I'm quite new to Netdata and also Docker Swarm. I ran Netdata for a while on single hosts but now trying to stream Netdata from workers to a manager node in a swarm environment where the manager also should act as a central Netdata instance. I'm aiming to only monitor the data from the manager.

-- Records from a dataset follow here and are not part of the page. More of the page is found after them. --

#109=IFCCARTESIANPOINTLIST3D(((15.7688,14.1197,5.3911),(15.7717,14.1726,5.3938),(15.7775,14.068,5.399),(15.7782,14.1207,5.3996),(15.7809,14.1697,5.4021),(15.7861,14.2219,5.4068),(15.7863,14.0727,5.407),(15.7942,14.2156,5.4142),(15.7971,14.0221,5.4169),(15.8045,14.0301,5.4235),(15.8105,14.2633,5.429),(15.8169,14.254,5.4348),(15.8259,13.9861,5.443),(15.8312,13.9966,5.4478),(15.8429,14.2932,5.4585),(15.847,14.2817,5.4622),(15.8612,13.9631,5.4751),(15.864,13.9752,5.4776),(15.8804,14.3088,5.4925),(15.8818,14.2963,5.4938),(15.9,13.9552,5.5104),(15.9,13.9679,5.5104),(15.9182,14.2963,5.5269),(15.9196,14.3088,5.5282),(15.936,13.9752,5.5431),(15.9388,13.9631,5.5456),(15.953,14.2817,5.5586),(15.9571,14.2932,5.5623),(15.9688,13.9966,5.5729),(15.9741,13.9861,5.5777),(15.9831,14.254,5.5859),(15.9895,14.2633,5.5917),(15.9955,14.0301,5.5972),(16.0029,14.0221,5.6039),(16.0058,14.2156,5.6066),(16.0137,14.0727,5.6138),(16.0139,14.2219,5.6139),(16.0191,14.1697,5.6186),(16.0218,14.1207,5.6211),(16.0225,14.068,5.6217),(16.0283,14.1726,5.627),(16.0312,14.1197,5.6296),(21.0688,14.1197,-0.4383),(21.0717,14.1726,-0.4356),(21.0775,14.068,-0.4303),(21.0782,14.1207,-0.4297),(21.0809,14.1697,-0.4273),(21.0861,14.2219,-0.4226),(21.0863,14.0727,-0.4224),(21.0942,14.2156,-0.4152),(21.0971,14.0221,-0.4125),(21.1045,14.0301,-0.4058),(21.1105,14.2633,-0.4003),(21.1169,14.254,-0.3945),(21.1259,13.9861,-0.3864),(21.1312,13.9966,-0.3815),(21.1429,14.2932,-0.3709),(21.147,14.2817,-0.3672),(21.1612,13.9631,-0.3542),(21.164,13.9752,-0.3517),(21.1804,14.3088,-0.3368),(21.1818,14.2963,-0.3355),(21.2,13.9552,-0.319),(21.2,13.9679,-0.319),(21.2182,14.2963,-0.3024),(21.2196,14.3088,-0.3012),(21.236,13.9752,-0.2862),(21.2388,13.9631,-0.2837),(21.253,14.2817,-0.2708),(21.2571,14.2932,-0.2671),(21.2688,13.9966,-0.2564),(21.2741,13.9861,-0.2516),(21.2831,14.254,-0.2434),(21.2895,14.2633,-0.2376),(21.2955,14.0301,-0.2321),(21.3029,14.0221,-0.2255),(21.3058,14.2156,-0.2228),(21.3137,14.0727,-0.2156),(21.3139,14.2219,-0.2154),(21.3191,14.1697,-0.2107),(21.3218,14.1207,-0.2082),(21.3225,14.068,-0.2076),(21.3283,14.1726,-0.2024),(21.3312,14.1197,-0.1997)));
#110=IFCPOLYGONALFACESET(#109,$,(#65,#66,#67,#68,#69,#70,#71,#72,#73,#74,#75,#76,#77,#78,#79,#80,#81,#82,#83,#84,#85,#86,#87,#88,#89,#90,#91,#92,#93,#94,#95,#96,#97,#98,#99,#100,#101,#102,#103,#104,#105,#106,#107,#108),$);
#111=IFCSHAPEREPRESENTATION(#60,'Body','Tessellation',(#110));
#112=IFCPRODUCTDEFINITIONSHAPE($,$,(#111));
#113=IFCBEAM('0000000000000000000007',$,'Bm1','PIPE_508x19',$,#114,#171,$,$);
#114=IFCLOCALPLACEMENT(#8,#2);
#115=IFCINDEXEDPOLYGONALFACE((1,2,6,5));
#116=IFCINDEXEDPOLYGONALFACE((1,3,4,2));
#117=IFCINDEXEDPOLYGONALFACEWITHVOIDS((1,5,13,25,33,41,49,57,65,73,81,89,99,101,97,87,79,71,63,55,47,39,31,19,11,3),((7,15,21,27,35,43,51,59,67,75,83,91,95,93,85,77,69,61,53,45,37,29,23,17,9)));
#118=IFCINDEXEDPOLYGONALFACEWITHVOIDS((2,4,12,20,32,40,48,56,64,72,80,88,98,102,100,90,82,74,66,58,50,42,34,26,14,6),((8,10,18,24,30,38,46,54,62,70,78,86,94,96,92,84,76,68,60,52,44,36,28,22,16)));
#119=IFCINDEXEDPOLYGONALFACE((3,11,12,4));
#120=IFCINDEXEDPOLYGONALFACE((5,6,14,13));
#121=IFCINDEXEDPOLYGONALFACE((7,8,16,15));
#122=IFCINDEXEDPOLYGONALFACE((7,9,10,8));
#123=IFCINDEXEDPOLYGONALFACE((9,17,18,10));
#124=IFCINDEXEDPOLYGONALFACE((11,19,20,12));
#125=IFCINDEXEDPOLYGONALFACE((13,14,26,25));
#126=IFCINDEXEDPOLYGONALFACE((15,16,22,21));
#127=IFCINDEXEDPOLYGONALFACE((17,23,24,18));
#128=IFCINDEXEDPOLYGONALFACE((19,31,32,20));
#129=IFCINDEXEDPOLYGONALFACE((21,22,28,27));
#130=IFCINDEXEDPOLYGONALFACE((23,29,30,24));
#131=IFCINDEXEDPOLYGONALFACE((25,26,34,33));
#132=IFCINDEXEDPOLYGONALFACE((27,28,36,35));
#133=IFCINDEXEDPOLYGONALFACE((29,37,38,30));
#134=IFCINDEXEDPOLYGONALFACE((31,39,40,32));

Here's my compose file for the stack:
version: '3.2'
services:
netdata-client:
image: titpetric/netdata
hostname: "{{.Node.Hostname}}"
cap_add:
- SYS_PTRACE
security_opt:
- apparmor:unconfined
environment:
- NETDATA_STREAM_DESTINATION=control:19999
- NETDATA_STREAM_API_KEY=1x214ch15h3at1289y
- PGID=999
volumes:
- /proc:/host/proc:ro
- /sys:/host/sys:ro
- /var/run/docker.sock:/var/run/docker.sock
networks:
- netdata
deploy:
mode: global
placement:
constraints: [node.role == worker]
netdata-central:
image: titpetric/netdata
hostname: control
cap_add:
- SYS_PTRACE
security_opt:
- apparmor:unconfined
environment:
- NETDATA_API_KEY_ENABLE_1x214ch15h3at1289y=1
ports:
- '19999:19999'
volumes:
- /proc:/host/proc:ro
- /sys:/host/sys:ro
- /var/run/docker.sock:/var/run/docker.sock
networks:
- netdata
deploy:
mode: replicated
replicas: 1
placement:
constraints: [node.role == manager]
networks:
netdata:
driver: overlay
attachable: true
Netdata on the manager works fine and the container runs on the one worker node I'm testing on. According to log output it seems to run well and gathers names from the docker containers running as it does in a local environment.
Problem is that it can't connect to the netdata-central service running on the manager.
This is the error message:
2019-01-04 08:35:28: netdata INFO : STREAM_SENDER[7] : STREAM 7 [send to control:19999]: connecting...,
2019-01-04 08:35:28: netdata ERROR : STREAM_SENDER[7] : Cannot resolve host 'control', port '19999': Name or service not known,
not sure why it can't resolve the hostname, thought it should work that way on the overlay network. Maybe there's a better way to connect and not rely on the hostname?
Any help is appreciated.
EDIT: as this question might come up - the firewall (ufw) on the control host is inactive, also I think the error message clearly points to a problem with name resolution.